**EXERCISE PROMPT:** Look through the data below, tally the lines where "IFCSIUNIT" occurs, and write the total alone.
□ □ □
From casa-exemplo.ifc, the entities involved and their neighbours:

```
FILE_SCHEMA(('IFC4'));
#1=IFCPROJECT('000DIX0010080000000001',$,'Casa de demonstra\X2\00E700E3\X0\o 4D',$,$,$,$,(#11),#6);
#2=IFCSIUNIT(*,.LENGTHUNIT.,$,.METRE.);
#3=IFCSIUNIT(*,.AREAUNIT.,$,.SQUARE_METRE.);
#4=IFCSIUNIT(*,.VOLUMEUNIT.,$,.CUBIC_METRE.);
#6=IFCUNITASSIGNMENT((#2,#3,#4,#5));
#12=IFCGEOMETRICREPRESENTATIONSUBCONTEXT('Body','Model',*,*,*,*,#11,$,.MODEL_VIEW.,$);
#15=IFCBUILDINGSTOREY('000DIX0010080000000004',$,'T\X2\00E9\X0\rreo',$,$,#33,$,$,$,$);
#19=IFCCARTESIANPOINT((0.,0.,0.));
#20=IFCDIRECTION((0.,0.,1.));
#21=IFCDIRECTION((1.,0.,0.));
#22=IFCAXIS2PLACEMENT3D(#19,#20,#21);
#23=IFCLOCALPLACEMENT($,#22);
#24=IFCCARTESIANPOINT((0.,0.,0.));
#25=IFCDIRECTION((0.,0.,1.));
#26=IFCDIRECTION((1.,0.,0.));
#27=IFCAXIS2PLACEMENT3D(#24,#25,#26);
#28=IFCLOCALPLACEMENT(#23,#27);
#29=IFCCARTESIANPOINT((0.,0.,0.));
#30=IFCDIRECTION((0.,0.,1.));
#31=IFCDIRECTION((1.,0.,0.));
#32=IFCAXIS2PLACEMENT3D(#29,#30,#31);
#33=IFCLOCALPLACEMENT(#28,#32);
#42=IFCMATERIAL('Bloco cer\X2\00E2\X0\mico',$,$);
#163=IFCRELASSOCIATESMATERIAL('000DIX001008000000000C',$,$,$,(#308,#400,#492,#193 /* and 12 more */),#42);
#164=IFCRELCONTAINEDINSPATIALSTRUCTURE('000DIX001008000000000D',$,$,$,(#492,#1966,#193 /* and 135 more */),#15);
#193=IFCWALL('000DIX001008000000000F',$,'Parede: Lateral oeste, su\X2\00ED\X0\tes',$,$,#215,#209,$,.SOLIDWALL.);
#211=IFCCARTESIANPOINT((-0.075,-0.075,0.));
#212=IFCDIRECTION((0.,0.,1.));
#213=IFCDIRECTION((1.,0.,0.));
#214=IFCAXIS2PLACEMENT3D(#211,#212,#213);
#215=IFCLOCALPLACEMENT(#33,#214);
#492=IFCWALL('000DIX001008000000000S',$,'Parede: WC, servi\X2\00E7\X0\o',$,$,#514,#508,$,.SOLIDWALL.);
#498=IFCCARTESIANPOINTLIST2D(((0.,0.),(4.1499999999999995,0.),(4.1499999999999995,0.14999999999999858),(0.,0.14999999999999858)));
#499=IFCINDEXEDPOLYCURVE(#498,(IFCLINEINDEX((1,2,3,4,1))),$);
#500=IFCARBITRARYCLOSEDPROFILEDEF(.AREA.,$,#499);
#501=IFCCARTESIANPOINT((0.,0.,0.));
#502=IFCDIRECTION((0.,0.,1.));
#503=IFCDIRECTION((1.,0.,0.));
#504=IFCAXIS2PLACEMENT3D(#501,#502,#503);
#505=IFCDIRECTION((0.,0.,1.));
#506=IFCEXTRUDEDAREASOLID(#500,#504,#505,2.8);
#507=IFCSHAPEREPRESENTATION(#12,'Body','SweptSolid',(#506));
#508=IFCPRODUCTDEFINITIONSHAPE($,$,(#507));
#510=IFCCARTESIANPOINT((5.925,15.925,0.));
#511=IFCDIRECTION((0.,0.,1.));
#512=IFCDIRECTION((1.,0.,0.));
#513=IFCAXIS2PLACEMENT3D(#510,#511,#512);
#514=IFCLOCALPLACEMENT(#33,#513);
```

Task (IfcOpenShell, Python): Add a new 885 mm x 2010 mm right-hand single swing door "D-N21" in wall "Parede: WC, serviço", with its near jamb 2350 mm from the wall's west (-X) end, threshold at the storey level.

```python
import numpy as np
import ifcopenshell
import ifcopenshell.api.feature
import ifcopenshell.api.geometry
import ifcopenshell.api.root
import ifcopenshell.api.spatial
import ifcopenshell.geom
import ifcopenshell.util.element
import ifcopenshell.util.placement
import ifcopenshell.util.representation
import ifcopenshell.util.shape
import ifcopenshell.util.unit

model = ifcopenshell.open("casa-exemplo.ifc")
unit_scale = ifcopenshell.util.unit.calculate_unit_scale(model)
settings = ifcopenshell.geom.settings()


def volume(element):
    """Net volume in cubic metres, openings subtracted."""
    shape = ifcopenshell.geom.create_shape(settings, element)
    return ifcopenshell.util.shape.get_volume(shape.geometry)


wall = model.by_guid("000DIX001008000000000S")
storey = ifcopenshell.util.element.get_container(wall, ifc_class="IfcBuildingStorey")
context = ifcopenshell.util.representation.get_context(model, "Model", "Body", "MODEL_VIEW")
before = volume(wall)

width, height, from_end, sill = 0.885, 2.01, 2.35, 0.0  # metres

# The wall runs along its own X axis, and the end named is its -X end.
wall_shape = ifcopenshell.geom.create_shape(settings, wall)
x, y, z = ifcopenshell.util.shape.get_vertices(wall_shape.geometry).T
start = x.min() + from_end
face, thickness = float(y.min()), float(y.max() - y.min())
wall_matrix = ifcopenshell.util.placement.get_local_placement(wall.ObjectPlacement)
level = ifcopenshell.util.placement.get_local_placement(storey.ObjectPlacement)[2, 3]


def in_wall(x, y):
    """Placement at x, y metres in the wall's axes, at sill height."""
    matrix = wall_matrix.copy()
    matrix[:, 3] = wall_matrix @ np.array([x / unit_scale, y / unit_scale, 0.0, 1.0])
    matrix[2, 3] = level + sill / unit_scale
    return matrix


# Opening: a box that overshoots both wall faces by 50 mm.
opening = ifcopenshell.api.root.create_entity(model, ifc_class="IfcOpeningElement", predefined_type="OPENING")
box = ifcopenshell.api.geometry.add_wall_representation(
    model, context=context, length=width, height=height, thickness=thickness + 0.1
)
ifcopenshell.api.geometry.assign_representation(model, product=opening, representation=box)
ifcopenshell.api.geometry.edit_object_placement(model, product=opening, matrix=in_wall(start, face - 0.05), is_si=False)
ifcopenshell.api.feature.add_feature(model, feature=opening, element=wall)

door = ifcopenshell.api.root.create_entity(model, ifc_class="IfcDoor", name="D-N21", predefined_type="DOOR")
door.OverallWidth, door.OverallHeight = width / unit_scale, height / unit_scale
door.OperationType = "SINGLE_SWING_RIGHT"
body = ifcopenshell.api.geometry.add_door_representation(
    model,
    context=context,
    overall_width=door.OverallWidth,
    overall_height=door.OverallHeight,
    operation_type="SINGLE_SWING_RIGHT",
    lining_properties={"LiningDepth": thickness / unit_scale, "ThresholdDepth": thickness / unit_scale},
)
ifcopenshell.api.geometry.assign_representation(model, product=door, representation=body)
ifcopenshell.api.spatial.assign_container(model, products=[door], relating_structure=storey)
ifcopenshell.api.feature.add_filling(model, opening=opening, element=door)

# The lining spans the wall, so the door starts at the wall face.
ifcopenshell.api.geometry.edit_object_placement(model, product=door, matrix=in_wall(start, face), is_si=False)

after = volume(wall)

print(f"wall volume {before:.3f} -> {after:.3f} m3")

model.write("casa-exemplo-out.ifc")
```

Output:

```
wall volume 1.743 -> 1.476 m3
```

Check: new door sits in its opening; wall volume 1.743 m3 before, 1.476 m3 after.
□ □ □
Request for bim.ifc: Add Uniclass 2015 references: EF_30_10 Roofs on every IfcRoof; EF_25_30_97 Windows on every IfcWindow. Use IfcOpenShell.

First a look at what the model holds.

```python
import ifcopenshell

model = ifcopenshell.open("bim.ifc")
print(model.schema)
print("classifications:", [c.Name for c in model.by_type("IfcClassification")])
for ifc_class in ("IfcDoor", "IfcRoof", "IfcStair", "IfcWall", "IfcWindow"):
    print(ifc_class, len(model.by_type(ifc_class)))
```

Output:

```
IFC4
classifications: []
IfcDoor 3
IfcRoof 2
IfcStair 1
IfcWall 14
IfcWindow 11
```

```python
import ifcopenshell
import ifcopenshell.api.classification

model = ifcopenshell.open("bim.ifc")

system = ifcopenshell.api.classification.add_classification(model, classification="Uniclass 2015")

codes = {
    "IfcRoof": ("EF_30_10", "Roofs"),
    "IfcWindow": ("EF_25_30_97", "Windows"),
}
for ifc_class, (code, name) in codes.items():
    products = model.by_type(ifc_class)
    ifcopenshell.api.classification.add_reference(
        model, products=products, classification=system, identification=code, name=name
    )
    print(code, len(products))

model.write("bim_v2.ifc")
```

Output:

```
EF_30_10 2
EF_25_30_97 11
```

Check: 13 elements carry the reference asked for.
□ □ □
**RESULT BELOW:** 3